BEGIN

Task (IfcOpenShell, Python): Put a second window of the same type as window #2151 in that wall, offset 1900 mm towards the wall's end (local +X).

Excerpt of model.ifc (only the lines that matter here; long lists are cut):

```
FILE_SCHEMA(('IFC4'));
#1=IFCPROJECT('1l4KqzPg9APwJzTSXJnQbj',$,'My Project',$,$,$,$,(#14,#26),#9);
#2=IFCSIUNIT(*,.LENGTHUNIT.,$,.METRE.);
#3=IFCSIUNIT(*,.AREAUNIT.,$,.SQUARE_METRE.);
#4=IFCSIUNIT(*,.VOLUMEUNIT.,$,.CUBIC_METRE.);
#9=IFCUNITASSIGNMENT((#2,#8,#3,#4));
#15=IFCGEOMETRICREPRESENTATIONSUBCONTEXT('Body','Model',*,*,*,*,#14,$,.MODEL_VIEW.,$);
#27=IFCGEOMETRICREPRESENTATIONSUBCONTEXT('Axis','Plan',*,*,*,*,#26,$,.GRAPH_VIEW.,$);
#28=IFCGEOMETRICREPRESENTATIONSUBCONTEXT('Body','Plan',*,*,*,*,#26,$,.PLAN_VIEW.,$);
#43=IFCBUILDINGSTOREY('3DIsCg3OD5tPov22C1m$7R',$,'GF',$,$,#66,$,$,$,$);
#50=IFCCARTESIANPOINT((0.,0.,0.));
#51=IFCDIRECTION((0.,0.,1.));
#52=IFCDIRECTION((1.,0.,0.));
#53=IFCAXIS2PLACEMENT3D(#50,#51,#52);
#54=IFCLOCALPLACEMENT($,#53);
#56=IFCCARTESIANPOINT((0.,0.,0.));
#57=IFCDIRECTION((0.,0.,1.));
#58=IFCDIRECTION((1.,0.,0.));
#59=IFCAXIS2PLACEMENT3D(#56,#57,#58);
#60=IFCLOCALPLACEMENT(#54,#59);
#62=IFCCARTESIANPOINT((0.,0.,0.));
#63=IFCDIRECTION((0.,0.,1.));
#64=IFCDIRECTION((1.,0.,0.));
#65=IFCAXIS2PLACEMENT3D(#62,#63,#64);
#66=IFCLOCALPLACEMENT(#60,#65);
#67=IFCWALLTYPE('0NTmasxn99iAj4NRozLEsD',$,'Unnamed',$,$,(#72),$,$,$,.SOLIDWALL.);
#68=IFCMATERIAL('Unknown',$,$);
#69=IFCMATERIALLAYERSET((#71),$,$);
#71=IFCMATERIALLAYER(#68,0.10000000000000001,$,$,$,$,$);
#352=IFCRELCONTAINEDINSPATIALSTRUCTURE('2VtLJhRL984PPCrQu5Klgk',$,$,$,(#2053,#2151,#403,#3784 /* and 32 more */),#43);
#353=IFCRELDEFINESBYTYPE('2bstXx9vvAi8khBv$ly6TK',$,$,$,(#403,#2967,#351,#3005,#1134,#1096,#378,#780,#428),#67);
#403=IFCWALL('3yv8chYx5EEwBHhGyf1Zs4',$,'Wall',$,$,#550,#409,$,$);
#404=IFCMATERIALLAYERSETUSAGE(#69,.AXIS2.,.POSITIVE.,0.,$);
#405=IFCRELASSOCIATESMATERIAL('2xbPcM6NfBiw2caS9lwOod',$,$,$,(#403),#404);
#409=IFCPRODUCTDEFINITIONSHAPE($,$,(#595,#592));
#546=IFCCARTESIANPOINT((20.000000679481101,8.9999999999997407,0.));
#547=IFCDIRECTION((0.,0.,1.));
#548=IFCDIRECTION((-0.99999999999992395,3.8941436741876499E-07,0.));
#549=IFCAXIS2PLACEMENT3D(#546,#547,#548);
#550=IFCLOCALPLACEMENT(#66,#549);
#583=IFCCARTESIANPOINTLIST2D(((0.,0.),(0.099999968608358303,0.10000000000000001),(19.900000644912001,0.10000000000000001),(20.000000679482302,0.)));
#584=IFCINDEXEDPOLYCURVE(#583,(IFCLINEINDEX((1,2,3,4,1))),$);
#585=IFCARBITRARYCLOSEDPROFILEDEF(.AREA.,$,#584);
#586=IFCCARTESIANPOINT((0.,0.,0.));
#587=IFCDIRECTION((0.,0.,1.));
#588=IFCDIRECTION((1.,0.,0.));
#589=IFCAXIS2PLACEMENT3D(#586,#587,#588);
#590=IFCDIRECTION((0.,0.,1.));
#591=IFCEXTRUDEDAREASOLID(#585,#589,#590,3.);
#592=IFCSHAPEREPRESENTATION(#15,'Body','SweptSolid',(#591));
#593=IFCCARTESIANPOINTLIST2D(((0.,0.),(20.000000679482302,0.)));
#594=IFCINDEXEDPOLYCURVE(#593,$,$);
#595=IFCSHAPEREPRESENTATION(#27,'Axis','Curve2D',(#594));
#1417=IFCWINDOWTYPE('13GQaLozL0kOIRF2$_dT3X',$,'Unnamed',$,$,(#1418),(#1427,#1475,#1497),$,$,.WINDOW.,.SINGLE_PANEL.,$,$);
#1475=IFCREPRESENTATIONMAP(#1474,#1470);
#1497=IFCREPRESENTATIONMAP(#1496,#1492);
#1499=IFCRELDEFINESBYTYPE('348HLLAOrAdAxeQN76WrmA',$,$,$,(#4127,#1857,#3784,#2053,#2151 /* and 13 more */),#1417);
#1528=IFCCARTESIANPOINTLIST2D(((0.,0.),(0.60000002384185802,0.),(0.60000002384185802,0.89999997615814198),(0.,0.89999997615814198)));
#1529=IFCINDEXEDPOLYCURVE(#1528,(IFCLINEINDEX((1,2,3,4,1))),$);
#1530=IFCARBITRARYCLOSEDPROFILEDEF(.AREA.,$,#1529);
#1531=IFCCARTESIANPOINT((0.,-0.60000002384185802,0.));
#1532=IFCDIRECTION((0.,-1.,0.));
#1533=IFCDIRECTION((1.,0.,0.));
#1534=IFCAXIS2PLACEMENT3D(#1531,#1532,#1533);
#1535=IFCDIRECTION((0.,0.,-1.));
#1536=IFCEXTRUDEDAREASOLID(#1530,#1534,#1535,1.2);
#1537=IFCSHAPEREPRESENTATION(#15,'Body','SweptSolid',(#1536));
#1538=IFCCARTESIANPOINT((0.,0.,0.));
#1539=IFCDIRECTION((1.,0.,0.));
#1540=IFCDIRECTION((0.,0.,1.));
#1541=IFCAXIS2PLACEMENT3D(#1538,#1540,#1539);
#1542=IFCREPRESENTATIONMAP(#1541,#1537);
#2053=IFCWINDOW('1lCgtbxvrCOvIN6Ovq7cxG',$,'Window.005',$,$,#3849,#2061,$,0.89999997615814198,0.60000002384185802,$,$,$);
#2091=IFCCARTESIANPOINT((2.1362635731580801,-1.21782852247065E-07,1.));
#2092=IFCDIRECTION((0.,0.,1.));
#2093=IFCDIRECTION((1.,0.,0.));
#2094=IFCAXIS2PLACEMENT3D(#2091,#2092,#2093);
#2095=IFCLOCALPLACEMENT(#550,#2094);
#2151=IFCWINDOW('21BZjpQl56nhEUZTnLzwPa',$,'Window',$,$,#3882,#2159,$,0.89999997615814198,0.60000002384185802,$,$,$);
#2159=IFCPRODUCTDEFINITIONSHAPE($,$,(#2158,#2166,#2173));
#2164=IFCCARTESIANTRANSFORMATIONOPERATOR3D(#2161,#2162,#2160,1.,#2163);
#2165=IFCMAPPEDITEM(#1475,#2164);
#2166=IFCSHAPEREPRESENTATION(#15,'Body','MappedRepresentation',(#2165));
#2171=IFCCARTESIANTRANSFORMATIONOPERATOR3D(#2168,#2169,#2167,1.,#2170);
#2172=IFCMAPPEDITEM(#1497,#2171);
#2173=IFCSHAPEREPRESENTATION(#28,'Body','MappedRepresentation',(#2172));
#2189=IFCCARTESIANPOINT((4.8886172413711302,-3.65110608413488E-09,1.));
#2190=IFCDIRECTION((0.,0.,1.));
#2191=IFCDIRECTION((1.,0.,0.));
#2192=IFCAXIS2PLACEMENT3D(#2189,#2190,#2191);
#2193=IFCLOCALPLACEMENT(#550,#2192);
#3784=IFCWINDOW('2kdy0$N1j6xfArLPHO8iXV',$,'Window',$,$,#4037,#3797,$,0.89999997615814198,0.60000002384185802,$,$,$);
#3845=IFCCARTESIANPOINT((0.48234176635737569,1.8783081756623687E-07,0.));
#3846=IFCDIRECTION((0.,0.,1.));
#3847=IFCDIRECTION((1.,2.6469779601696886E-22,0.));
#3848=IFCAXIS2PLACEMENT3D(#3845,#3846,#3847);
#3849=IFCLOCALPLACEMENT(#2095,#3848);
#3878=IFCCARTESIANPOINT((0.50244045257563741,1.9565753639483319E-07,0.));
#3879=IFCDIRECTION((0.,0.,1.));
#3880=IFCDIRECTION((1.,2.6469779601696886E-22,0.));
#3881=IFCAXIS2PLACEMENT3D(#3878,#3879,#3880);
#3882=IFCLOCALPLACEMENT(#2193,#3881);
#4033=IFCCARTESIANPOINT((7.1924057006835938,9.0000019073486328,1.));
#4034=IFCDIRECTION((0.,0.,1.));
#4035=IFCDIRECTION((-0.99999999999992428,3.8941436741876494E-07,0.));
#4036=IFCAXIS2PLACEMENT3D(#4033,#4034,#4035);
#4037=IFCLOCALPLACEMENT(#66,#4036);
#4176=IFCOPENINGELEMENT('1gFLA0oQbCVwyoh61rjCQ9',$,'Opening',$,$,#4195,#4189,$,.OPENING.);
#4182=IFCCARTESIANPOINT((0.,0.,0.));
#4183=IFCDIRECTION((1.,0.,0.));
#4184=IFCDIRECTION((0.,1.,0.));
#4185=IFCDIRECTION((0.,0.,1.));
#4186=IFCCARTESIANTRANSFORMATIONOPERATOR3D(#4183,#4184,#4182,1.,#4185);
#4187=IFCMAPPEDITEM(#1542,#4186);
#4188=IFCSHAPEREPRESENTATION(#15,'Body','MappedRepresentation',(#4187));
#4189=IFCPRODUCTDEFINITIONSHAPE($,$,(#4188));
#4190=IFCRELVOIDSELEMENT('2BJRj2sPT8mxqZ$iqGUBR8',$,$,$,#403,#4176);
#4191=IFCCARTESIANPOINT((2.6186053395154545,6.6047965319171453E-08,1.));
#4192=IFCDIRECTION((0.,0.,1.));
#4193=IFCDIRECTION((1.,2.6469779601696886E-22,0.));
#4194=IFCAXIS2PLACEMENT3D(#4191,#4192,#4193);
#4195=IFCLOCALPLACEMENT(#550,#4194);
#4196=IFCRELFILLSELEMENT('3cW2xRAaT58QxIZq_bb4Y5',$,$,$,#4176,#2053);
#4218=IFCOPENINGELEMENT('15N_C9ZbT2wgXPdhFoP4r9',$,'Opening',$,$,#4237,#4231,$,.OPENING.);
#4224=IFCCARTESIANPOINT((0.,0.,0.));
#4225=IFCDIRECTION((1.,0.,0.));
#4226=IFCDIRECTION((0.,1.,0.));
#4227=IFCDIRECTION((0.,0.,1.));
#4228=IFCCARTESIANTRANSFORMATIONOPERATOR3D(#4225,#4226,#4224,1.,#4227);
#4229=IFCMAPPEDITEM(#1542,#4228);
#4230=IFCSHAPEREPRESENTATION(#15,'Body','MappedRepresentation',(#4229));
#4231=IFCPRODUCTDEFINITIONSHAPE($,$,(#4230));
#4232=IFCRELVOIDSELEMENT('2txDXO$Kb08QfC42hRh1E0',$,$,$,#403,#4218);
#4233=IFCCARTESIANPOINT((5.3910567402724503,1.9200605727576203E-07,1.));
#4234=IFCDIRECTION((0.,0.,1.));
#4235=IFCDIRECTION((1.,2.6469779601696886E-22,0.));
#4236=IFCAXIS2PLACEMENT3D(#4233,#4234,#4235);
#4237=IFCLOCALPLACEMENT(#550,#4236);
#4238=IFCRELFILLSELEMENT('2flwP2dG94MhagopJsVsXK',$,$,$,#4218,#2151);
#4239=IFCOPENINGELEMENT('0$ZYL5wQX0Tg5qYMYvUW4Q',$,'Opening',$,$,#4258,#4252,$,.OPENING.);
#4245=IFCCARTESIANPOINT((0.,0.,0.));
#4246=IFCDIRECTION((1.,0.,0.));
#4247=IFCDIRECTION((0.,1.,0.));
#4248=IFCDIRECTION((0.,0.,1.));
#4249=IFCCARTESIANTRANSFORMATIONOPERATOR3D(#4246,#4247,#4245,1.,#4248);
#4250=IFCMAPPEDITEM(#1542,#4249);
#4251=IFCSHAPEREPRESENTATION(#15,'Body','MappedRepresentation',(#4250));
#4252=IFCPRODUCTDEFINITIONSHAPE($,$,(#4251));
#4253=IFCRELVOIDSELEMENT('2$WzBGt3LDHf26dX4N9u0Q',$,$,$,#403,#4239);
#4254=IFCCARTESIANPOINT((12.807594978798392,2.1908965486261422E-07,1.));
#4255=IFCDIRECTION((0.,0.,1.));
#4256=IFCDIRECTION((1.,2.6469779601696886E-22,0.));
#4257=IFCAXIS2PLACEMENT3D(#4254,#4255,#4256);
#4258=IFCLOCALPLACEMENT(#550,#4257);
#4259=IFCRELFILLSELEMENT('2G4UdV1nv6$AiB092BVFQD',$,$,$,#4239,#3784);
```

```python
import ifcopenshell
import ifcopenshell.api.feature
import ifcopenshell.api.geometry
import ifcopenshell.api.root
import ifcopenshell.geom
import ifcopenshell.util.element
import ifcopenshell.util.placement
import ifcopenshell.util.shape

model = ifcopenshell.open("model.ifc")
settings = ifcopenshell.geom.settings()


def volume(element):
    """Net volume in cubic metres, openings subtracted."""
    shape = ifcopenshell.geom.create_shape(settings, element)
    return ifcopenshell.util.shape.get_volume(shape.geometry)


window = model.by_guid("21BZjpQl56nhEUZTnLzwPa")
opening = window.FillsVoids[0].RelatingOpeningElement
wall = opening.VoidsElements[0].RelatingBuildingElement
before = volume(wall)
shift = ifcopenshell.util.placement.get_local_placement(wall.ObjectPlacement)[:3, 0] * 1.9

# copy_class copies the void relationship, type, container and properties, but no geometry.
new_opening = ifcopenshell.api.root.copy_class(model, product=opening)
new_opening.Representation = ifcopenshell.util.element.copy_deep(
    model, opening.Representation, exclude=["IfcGeometricRepresentationContext", "IfcRepresentationMap"]
)
new_window = ifcopenshell.api.root.copy_class(model, product=window)
new_window.Representation = ifcopenshell.util.element.copy_deep(
    model, window.Representation, exclude=["IfcGeometricRepresentationContext", "IfcRepresentationMap"]
)
ifcopenshell.api.feature.add_filling(model, opening=new_opening, element=new_window)

for old, new in ((opening, new_opening), (window, new_window)):
    matrix = ifcopenshell.util.placement.get_local_placement(old.ObjectPlacement)
    matrix[:3, 3] += shift
    ifcopenshell.api.geometry.edit_object_placement(model, product=new, matrix=matrix, is_si=False)

after = volume(wall)

print(f"wall volume {before:.3f} -> {after:.3f} m3")

model.write("model_v2.ifc")
```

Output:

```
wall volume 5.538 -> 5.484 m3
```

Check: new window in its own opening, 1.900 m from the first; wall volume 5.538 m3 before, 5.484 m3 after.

END

- TO DO
Take every line above where "IFCGEOMETRICREPRESENTATIONSUBCONTEXT" appears and copy it.

- RESULT FOR THIS TASK
#15=IFCGEOMETRICREPRESENTATIONSUBCONTEXT('Body','Model',*,*,*,*,#14,$,.MODEL_VIEW.,$);
#27=IFCGEOMETRICREPRESENTATIONSUBCONTEXT('Axis','Plan',*,*,*,*,#26,$,.GRAPH_VIEW.,$);
#28=IFCGEOMETRICREPRESENTATIONSUBCONTEXT('Body','Plan',*,*,*,*,#26,$,.PLAN_VIEW.,$);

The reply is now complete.